Я бросился искать маменьку, а маменька стали ключ искать и насилу его нашли в образнике, да пока я выбежал к воротам, да замок отпирать стали, да засов вытаскивать, тройка уже и отъехала, и тот, что в калмыцком тулупе был, уехал в кибитке, а дядя один стоит, за скобку держится и сердится.
-- Что это,- говорит,- вы, как тетери, днем закупорились?
Маменька с ним здравствуются и отвечают:
-- Разве вы,- говорит,- братец, не знаете, какое у нас орловское положение? Постоянно с ворами, и день, и ночь от полиции запираемся.
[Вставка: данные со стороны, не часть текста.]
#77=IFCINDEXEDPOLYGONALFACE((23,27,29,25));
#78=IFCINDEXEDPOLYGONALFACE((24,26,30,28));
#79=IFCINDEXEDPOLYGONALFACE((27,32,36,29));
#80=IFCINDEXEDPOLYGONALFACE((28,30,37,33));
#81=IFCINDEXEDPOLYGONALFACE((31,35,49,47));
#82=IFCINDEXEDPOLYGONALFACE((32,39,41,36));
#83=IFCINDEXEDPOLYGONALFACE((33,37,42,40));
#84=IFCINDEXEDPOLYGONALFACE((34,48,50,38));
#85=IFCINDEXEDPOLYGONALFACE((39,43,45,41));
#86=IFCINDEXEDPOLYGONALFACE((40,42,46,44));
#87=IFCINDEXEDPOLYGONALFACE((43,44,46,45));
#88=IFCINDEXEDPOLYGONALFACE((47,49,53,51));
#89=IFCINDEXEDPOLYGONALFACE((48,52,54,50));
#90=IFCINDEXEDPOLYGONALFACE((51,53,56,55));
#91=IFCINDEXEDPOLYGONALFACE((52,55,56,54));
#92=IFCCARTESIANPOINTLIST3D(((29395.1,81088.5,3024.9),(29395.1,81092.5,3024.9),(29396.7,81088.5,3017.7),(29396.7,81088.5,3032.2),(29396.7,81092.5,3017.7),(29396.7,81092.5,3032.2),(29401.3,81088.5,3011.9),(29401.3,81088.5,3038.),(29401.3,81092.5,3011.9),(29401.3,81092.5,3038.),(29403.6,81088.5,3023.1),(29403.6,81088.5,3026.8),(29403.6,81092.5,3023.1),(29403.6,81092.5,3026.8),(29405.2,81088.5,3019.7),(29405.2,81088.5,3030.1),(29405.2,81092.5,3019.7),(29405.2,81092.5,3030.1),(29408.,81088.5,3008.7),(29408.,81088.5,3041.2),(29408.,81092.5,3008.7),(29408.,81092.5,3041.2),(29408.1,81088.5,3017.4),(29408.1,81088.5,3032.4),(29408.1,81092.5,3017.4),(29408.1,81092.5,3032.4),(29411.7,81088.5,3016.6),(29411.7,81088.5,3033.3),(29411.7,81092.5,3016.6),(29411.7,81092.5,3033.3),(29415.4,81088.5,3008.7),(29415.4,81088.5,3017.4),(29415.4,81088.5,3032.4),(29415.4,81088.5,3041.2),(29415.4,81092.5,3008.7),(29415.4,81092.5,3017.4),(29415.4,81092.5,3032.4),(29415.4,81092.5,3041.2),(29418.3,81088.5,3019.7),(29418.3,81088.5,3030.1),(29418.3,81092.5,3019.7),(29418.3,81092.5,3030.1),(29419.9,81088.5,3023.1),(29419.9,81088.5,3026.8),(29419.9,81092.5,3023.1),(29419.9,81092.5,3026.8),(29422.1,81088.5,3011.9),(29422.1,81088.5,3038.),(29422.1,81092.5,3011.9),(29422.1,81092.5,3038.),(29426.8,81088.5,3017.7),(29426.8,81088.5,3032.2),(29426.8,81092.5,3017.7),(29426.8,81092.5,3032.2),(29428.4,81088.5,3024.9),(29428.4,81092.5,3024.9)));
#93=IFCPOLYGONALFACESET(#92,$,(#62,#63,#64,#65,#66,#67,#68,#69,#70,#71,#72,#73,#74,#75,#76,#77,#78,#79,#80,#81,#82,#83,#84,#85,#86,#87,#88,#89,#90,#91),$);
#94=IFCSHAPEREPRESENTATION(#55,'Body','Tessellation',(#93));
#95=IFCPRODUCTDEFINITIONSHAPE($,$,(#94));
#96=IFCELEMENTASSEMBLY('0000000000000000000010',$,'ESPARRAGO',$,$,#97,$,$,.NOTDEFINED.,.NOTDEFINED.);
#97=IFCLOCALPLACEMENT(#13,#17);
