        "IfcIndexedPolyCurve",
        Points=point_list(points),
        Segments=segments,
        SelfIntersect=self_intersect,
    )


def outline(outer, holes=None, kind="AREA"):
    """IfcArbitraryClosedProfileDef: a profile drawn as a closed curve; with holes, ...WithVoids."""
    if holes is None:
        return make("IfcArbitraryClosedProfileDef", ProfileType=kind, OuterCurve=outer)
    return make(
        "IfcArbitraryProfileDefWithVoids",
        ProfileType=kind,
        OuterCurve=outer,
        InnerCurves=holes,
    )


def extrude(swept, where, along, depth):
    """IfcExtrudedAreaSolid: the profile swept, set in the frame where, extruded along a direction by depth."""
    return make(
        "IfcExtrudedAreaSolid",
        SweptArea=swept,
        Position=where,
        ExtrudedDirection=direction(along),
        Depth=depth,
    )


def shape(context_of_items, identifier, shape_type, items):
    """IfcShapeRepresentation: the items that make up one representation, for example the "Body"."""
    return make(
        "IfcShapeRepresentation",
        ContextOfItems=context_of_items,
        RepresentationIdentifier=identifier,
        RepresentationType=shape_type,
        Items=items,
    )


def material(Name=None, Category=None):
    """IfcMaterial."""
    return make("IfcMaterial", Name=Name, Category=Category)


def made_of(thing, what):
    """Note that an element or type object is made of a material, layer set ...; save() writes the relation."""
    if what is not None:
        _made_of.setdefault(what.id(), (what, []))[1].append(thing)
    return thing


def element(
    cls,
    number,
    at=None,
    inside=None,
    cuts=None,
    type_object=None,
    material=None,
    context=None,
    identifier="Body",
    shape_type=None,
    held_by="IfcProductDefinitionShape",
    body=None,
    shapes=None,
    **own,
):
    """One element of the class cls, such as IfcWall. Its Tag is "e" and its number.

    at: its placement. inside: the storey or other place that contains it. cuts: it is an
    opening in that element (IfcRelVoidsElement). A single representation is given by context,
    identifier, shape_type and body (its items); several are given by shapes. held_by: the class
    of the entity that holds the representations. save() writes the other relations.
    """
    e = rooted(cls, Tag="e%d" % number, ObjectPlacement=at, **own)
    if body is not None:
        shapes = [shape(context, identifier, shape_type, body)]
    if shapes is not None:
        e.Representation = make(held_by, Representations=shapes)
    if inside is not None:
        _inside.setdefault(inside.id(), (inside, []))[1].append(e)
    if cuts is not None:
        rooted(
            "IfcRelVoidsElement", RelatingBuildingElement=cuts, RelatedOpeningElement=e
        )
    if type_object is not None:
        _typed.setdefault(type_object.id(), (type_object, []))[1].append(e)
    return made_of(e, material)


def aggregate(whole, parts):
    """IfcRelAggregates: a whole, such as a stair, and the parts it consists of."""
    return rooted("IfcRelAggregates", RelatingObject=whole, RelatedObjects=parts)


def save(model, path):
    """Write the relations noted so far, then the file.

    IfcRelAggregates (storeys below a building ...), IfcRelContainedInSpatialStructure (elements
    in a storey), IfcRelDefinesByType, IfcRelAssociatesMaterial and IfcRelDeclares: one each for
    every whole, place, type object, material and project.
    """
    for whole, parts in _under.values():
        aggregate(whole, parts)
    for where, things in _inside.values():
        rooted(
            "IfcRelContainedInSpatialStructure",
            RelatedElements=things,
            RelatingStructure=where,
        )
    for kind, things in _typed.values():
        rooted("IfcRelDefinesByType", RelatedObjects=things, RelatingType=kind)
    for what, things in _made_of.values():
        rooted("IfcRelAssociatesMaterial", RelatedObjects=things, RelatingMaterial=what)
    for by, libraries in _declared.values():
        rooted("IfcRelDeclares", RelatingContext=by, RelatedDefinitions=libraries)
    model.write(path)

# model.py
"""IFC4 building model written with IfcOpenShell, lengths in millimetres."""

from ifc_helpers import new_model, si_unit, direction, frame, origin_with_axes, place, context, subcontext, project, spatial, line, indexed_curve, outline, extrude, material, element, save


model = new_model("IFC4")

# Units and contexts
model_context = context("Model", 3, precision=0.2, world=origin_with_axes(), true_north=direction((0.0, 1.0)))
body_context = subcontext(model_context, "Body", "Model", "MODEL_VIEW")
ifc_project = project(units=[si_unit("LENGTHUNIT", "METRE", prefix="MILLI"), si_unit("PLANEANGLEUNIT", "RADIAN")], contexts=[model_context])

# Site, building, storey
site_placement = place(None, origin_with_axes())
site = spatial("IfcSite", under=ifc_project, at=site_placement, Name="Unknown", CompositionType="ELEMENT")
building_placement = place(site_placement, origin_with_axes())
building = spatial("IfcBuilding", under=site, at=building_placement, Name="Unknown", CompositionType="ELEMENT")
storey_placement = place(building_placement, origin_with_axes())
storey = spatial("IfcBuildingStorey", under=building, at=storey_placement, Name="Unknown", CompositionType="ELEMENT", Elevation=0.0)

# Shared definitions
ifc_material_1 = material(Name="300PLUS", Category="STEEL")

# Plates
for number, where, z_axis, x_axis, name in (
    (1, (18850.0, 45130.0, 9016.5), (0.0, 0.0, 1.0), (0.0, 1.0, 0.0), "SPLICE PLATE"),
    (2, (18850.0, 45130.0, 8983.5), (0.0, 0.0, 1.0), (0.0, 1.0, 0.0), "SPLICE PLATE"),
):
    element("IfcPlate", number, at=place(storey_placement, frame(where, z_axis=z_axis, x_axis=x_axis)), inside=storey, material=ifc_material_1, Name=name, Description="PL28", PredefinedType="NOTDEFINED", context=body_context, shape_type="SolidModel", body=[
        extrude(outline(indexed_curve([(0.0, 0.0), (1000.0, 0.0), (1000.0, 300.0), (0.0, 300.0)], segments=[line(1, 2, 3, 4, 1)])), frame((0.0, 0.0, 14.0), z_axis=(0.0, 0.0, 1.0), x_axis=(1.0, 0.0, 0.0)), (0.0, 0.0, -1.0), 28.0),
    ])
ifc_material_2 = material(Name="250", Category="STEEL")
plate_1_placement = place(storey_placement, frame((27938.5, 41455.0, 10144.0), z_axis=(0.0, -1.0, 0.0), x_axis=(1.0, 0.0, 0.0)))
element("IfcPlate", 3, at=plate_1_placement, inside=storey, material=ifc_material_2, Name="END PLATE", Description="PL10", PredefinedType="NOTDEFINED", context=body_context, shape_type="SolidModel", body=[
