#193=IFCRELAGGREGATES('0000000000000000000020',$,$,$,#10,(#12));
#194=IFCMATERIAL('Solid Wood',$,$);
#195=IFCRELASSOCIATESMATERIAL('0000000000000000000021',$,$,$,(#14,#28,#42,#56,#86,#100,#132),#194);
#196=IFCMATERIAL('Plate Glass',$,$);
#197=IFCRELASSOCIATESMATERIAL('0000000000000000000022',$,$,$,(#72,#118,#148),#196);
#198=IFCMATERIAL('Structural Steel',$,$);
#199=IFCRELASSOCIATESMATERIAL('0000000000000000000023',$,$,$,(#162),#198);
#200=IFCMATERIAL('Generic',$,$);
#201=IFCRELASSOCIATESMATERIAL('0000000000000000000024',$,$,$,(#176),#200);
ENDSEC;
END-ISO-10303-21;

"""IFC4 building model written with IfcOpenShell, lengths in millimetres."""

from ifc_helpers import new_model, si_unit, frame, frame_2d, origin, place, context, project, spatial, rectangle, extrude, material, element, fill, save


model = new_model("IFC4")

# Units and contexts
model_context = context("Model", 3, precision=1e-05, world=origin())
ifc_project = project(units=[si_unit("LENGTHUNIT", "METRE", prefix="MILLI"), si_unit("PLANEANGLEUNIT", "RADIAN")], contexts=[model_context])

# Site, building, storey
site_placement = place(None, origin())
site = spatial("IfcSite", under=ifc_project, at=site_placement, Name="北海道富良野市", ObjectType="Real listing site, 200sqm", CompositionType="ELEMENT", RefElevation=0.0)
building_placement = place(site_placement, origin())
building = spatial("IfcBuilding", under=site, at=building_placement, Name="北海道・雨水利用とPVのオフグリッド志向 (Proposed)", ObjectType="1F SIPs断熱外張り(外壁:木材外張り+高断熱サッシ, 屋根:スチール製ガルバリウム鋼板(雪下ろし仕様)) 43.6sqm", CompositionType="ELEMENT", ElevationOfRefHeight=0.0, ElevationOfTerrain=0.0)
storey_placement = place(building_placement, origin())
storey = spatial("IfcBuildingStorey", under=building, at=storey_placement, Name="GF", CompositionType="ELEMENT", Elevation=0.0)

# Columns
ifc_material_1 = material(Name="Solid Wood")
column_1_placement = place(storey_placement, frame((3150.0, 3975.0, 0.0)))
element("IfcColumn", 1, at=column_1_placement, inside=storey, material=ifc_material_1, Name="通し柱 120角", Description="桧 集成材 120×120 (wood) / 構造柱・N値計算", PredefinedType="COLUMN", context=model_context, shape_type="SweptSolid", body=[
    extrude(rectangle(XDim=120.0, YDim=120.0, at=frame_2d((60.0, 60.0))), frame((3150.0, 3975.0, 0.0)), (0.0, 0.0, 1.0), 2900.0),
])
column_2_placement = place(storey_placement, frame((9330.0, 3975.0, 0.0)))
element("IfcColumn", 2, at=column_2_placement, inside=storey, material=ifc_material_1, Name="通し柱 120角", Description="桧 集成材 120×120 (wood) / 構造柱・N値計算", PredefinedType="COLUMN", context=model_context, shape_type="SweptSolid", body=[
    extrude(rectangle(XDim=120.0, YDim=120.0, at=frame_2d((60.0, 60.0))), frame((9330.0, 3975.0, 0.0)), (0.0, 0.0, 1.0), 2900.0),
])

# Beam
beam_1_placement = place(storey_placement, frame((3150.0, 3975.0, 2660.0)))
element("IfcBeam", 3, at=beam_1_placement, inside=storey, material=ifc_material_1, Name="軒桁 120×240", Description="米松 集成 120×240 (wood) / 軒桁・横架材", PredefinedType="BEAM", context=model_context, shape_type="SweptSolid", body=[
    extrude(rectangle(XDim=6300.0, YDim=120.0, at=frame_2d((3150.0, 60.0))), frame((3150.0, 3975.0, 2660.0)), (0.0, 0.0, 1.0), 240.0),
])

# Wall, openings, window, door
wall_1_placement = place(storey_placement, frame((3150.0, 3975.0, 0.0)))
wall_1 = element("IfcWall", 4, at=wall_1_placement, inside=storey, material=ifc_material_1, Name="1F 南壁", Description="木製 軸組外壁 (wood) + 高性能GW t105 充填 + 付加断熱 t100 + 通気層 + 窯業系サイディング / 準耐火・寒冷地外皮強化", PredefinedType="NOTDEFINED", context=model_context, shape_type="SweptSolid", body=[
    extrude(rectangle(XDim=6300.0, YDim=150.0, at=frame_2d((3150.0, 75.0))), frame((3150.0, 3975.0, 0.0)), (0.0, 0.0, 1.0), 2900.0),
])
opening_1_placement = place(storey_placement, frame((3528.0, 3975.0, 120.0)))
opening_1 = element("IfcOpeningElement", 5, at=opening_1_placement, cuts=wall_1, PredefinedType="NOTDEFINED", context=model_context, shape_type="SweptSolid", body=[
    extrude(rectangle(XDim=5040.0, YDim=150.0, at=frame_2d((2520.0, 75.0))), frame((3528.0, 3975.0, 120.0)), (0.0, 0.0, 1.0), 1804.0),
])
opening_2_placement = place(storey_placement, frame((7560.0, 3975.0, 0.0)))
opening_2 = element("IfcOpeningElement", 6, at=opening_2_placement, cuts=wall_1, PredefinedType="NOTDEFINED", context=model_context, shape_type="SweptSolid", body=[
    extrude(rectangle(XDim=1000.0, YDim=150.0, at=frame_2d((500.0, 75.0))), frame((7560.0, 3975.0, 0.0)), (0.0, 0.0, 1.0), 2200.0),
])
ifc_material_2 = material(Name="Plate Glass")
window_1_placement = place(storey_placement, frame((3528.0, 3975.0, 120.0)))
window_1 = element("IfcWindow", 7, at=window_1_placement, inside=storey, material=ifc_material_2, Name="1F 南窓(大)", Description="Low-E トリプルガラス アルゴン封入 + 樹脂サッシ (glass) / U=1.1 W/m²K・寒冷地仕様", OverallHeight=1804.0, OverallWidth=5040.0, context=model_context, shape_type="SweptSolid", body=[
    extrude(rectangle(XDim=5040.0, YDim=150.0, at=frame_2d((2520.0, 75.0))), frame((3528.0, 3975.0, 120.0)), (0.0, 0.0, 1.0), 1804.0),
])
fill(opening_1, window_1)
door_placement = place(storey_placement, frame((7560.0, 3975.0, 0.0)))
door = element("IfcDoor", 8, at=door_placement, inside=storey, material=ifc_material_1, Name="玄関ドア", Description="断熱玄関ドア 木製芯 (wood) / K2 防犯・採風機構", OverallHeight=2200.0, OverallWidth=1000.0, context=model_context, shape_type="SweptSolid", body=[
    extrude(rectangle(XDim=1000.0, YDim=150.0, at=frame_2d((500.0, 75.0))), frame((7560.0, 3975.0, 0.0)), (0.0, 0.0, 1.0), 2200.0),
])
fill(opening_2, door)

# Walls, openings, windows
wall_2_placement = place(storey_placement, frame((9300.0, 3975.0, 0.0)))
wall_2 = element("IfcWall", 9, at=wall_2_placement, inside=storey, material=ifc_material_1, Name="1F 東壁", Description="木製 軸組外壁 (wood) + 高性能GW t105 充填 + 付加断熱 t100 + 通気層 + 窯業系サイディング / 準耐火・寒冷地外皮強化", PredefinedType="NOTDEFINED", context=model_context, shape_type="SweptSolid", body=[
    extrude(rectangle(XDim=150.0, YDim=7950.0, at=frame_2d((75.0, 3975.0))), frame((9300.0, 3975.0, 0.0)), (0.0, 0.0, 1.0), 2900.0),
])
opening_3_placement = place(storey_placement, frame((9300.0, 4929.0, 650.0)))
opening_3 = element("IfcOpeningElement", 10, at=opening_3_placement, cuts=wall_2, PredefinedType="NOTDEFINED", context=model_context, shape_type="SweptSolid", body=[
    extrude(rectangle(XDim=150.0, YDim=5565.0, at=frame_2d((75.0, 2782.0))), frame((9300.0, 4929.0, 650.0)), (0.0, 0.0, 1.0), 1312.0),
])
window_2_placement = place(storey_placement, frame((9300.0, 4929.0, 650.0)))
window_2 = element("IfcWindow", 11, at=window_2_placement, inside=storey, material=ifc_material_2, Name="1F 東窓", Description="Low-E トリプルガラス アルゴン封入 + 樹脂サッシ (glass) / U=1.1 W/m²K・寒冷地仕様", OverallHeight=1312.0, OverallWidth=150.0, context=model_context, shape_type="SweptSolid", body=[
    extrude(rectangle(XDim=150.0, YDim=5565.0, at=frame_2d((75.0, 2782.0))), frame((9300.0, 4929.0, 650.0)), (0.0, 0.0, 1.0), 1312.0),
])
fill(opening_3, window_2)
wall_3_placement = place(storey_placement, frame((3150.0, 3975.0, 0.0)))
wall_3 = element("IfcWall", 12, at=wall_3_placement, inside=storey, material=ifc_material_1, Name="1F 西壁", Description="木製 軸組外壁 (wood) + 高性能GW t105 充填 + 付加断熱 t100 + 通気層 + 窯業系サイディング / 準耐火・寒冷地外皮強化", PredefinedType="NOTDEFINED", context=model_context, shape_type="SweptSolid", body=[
Дядя отвечает, что это у всех одно положение: Орел да Кромы -- первые воры, а Карачев на придачу, а Елец всем ворам отец. "И мы,- говорит,тоже от своей полиции запираемся, но только на ночь, а на что же днем? Мне то и неприятно, что вы меня днем на улице у ворот оставили:
у меня валенки кожей обшиты -- идти нельзя, скользко,- а я приехал по церковной надобности не с пустыми руками. Помилуй бог, какой орловчин с шеи рванет и убежит, а мне догонять нельзя".
Глава пятая
Мы все извинились перед дяденькой, отвели его в комнату из дорожного платья переодеваться. Переобулся Иван Леонтьич из валенков в сапоги, одел сюртук и сел к самовару, а матушка стала его спрашивать: по какому он такому церковному делу приехал, что даже на праздничных днях побеспокоился, и куда его попутчик от наших ворот делся?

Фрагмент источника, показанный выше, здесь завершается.